Exercise - Print out the records in full, keeping each word unchanged.

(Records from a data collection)
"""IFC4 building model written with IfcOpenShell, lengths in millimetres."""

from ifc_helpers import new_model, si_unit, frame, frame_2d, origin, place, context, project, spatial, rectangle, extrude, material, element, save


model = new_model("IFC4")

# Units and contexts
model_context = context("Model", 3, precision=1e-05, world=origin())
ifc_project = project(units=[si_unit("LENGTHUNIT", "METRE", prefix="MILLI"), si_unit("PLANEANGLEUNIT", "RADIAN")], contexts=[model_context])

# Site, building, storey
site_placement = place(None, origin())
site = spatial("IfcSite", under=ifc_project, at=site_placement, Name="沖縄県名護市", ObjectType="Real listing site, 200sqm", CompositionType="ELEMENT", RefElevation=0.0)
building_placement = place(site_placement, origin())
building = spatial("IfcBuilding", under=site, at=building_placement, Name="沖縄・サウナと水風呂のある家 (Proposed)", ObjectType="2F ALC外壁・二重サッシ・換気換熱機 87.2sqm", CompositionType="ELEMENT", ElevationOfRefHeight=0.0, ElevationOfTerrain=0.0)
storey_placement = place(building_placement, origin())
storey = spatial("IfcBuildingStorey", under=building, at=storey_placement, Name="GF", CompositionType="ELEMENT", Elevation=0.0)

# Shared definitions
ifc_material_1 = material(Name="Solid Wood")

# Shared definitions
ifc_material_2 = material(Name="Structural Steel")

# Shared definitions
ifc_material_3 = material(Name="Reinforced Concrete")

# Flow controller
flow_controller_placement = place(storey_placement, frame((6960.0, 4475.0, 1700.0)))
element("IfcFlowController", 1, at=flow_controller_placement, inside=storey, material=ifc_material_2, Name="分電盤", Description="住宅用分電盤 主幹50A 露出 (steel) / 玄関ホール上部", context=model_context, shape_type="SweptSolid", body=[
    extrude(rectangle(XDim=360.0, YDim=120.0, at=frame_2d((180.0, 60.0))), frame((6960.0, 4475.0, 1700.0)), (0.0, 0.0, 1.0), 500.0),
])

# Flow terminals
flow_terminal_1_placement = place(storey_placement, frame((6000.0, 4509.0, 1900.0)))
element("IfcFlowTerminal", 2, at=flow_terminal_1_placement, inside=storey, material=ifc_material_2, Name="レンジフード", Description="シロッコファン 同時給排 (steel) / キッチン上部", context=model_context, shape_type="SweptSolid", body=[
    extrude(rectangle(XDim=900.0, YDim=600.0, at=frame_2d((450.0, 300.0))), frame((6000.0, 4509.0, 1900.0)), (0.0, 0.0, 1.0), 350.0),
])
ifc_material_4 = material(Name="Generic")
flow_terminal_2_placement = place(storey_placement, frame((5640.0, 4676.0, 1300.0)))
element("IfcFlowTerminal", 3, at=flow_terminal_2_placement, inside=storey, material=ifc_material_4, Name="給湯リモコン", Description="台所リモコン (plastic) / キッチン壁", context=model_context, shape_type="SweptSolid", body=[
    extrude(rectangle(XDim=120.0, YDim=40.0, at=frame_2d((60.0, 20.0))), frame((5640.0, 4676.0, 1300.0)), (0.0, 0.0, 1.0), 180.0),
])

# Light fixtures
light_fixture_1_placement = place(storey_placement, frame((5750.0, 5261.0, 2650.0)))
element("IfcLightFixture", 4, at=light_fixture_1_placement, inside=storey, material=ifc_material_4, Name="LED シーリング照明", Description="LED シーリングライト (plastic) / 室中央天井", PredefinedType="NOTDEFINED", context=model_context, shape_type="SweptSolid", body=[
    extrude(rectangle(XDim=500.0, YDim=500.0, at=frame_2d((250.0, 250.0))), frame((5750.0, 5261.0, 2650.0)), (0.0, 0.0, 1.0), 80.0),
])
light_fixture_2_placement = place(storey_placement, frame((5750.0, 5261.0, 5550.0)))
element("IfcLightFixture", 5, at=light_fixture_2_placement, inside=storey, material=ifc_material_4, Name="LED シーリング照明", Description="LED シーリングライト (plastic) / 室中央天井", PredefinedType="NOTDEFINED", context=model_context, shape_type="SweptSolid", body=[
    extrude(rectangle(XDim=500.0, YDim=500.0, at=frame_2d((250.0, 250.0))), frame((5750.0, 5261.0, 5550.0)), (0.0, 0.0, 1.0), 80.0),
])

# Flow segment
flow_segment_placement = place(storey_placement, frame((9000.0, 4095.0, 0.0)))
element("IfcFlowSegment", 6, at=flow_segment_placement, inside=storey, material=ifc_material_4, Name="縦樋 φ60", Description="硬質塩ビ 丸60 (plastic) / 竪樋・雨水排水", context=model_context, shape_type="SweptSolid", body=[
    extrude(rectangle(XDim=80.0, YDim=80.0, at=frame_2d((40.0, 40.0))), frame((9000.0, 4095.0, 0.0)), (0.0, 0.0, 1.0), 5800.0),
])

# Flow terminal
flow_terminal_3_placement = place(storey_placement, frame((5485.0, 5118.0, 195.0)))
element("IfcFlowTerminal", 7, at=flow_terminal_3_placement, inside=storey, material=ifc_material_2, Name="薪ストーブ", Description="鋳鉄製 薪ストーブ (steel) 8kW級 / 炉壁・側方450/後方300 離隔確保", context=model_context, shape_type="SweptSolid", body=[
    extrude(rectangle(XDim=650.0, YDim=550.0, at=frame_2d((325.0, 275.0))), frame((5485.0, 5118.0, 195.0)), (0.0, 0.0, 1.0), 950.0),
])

Task solution -
"""IFC4 building model written with IfcOpenShell, lengths in millimetres."""

from ifc_helpers import new_model, si_unit, frame, frame_2d, origin, place, context, project, spatial, rectangle, extrude, material, element, save


model = new_model("IFC4")

# Units and contexts
model_context = context("Model", 3, precision=1e-05, world=origin())
ifc_project = project(units=[si_unit("LENGTHUNIT", "METRE", prefix="MILLI"), si_unit("PLANEANGLEUNIT", "RADIAN")], contexts=[model_context])

# Site, building, storey
site_placement = place(None, origin())
site = spatial("IfcSite", under=ifc_project, at=site_placement, Name="沖縄県名護市", ObjectType="Real listing site, 200sqm", CompositionType="ELEMENT", RefElevation=0.0)
building_placement = place(site_placement, origin())
building = spatial("IfcBuilding", under=site, at=building_placement, Name="沖縄・サウナと水風呂のある家 (Proposed)", ObjectType="2F ALC外壁・二重サッシ・換気換熱機 87.2sqm", CompositionType="ELEMENT", ElevationOfRefHeight=0.0, ElevationOfTerrain=0.0)
storey_placement = place(building_placement, origin())
storey = spatial("IfcBuildingStorey", under=building, at=storey_placement, Name="GF", CompositionType="ELEMENT", Elevation=0.0)

# Shared definitions
ifc_material_1 = material(Name="Solid Wood")

# Shared definitions
ifc_material_2 = material(Name="Structural Steel")

# Shared definitions
ifc_material_3 = material(Name="Reinforced Concrete")

# Flow controller
flow_controller_placement = place(storey_placement, frame((6960.0, 4475.0, 1700.0)))
element("IfcFlowController", 1, at=flow_controller_placement, inside=storey, material=ifc_material_2, Name="分電盤", Description="住宅用分電盤 主幹50A 露出 (steel) / 玄関ホール上部", context=model_context, shape_type="SweptSolid", body=[
    extrude(rectangle(XDim=360.0, YDim=120.0, at=frame_2d((180.0, 60.0))), frame((6960.0, 4475.0, 1700.0)), (0.0, 0.0, 1.0), 500.0),
])

# Flow terminals
flow_terminal_1_placement = place(storey_placement, frame((6000.0, 4509.0, 1900.0)))
element("IfcFlowTerminal", 2, at=flow_terminal_1_placement, inside=storey, material=ifc_material_2, Name="レンジフード", Description="シロッコファン 同時給排 (steel) / キッチン上部", context=model_context, shape_type="SweptSolid", body=[
    extrude(rectangle(XDim=900.0, YDim=600.0, at=frame_2d((450.0, 300.0))), frame((6000.0, 4509.0, 1900.0)), (0.0, 0.0, 1.0), 350.0),
])
ifc_material_4 = material(Name="Generic")
flow_terminal_2_placement = place(storey_placement, frame((5640.0, 4676.0, 1300.0)))
element("IfcFlowTerminal", 3, at=flow_terminal_2_placement, inside=storey, material=ifc_material_4, Name="給湯リモコン", Description="台所リモコン (plastic) / キッチン壁", context=model_context, shape_type="SweptSolid", body=[
    extrude(rectangle(XDim=120.0, YDim=40.0, at=frame_2d((60.0, 20.0))), frame((5640.0, 4676.0, 1300.0)), (0.0, 0.0, 1.0), 180.0),
])

# Light fixtures
light_fixture_1_placement = place(storey_placement, frame((5750.0, 5261.0, 2650.0)))
element("IfcLightFixture", 4, at=light_fixture_1_placement, inside=storey, material=ifc_material_4, Name="LED シーリング照明", Description="LED シーリングライト (plastic) / 室中央天井", PredefinedType="NOTDEFINED", context=model_context, shape_type="SweptSolid", body=[
    extrude(rectangle(XDim=500.0, YDim=500.0, at=frame_2d((250.0, 250.0))), frame((5750.0, 5261.0, 2650.0)), (0.0, 0.0, 1.0), 80.0),
])
light_fixture_2_placement = place(storey_placement, frame((5750.0, 5261.0, 5550.0)))
element("IfcLightFixture", 5, at=light_fixture_2_placement, inside=storey, material=ifc_material_4, Name="LED シーリング照明", Description="LED シーリングライト (plastic) / 室中央天井", PredefinedType="NOTDEFINED", context=model_context, shape_type="SweptSolid", body=[
    extrude(rectangle(XDim=500.0, YDim=500.0, at=frame_2d((250.0, 250.0))), frame((5750.0, 5261.0, 5550.0)), (0.0, 0.0, 1.0), 80.0),
])

# Flow segment
flow_segment_placement = place(storey_placement, frame((9000.0, 4095.0, 0.0)))
element("IfcFlowSegment", 6, at=flow_segment_placement, inside=storey, material=ifc_material_4, Name="縦樋 φ60", Description="硬質塩ビ 丸60 (plastic) / 竪樋・雨水排水", context=model_context, shape_type="SweptSolid", body=[
    extrude(rectangle(XDim=80.0, YDim=80.0, at=frame_2d((40.0, 40.0))), frame((9000.0, 4095.0, 0.0)), (0.0, 0.0, 1.0), 5800.0),
])

# Flow terminal
flow_terminal_3_placement = place(storey_placement, frame((5485.0, 5118.0, 195.0)))
element("IfcFlowTerminal", 7, at=flow_terminal_3_placement, inside=storey, material=ifc_material_2, Name="薪ストーブ", Description="鋳鉄製 薪ストーブ (steel) 8kW級 / 炉壁・側方450/後方300 離隔確保", context=model_context, shape_type="SweptSolid", body=[
    extrude(rectangle(XDim=650.0, YDim=550.0, at=frame_2d((325.0, 275.0))), frame((5485.0, 5118.0, 195.0)), (0.0, 0.0, 1.0), 950.0),
])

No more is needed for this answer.